Book Read Free

We Love You, Charlie Freeman: A Novel

Page 20

by Kaitlyn Greenidge


  I put a monument to Daisy beside my parents’ grave in the Courtland County Cemetery, but I kept her bones. I had a portrait made of me, in this library, sitting at this very desk, her little skeleton upright, keeping vigil beside me. The portrait painter made me seem much older than I actually was, but he got the skeleton correct.

  After Daisy died, I could not bear to think of another chimpanzee. I mourned her terribly. Daisy’s bones on my desk, I swear, click clacked to me constantly our whole sad adventure together. So I ordered them packed away in storage, and they are there now, somewhere in a box, in some attic upstairs, yellowing under tissue paper.

  Doubled down again with that familiar grief of failure, I hired Dr. Gardner and gave him full range of the Institute. I let him do whatever he wished, as long as he could get a monkey to talk. He promised me he could. And for a long time I did not pay attention to anything he did. So I cannot rightfully be held responsible for it. If You are being fair, African American people.

  Dr. Gardner only stayed with us a year and left suddenly —right after the triumph of the birth of one of our first chimpanzees, after Daisy. One of his assistants went to his room and found it destroyed—pages torn from his books, his ledgers dashed with ink and his pencils splintered and scattered across the floor. A few days later, he sent a postcard to the Institute with a postmark from Miami, claiming he would be gone for only a few days. He was never heard from again. Professor Gorey claims that she has traced his whereabouts to a cemetery in Florida, to a grave with an alias on a headstone. She believes he hanged himself in Miami, but it is too sad, too horrible, to imagine such an end for Dr. Gardner, even if he was as terrible as described.
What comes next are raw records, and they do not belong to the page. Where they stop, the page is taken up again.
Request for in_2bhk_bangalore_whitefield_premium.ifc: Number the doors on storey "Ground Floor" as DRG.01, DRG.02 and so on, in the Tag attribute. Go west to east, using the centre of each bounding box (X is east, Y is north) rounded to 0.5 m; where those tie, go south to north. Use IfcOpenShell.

First a look at what the model holds.

```python
import ifcopenshell
import ifcopenshell.util.element
import ifcopenshell.util.placement

model = ifcopenshell.open("in_2bhk_bangalore_whitefield_premium.ifc")
print(model.schema)
storey = next(s for s in model.by_type("IfcBuildingStorey") if s.Name == "Ground Floor")
doors = [e for e in ifcopenshell.util.element.get_decomposition(storey) if e.is_a("IfcDoor")]
for e in sorted(doors, key=lambda e: e.id()):
    origin = ifcopenshell.util.placement.get_local_placement(e.ObjectPlacement)[:3, 3]
    print(e.id(), e.Tag, e.Name, origin.round(2) + 0.0, sep=" | ")
```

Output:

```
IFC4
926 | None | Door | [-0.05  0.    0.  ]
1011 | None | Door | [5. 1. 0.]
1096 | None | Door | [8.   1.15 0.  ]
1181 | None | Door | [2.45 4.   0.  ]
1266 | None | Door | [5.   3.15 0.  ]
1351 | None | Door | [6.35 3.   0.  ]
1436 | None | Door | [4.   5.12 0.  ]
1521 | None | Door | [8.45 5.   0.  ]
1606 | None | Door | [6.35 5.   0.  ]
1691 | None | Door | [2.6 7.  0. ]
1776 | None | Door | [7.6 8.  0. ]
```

```python
import ifcopenshell
import ifcopenshell.geom
import ifcopenshell.util.element
import ifcopenshell.util.shape

model = ifcopenshell.open("in_2bhk_bangalore_whitefield_premium.ifc")
settings = ifcopenshell.geom.settings()
settings.set("use-world-coords", True)


def centre(element):
    shape = ifcopenshell.geom.create_shape(settings, element)
    return ifcopenshell.util.shape.get_bbox_centroid(shape.geometry)


storey = next(s for s in model.by_type("IfcBuildingStorey") if s.Name == "Ground Floor")
doors = [e for e in ifcopenshell.util.element.get_decomposition(storey) if e.is_a("IfcDoor")]

# Insertion points can sit at a corner or the storey origin, so sort by the geometry (in metres).
centres = {e: centre(e) for e in doors}
doors.sort(key=lambda e: (round(centres[e][0] / 0.5), centres[e][1]))

for i, e in enumerate(doors, start=1):
    number = f"DRG.{i:02d}"
    e.Tag = number
    print(e.id(), number)

model.write("in_2bhk_bangalore_whitefield_premium_updated.ifc")
```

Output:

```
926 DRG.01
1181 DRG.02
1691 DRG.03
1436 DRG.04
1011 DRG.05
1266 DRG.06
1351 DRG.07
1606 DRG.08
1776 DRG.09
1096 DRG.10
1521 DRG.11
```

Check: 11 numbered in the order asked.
  I did not know he was dead until Professor Gorey told me, over fifty years later. At the time, I sat here and waited a few months for him to return, and when he did not, I was crushed again by my own failure. I dismissed his research team and had all his papers boxed up, and I hired other doctors, different doctors, to meet my goal and I didn’t think of You, African American people (I hadn’t been thinking of You to begin with), until Professor Gorey came along.

  So, You see, African Americans, this was all I knew of the story. I can’t be blamed. I cannot be held responsible. I certainly cannot be judged for it. My money funded these experiments, it’s true, and many people were hurt. But I didn’t personally do it. So where does my guilt lie? I feel it, but I don’t think it’s justified. So I do not think it’s a real emotion. But I feel it in my breast just as keenly as I’ve felt any other sorrow, so I write it out for You, hoping it will be enough for the both of us.

  I began my work not out of a wish to hurt. And not to “establish and honor my cultural hegemony,” as Professor Gorey would have you believe. Everything I did, even this, especially this letter that I write to you, I do out of love.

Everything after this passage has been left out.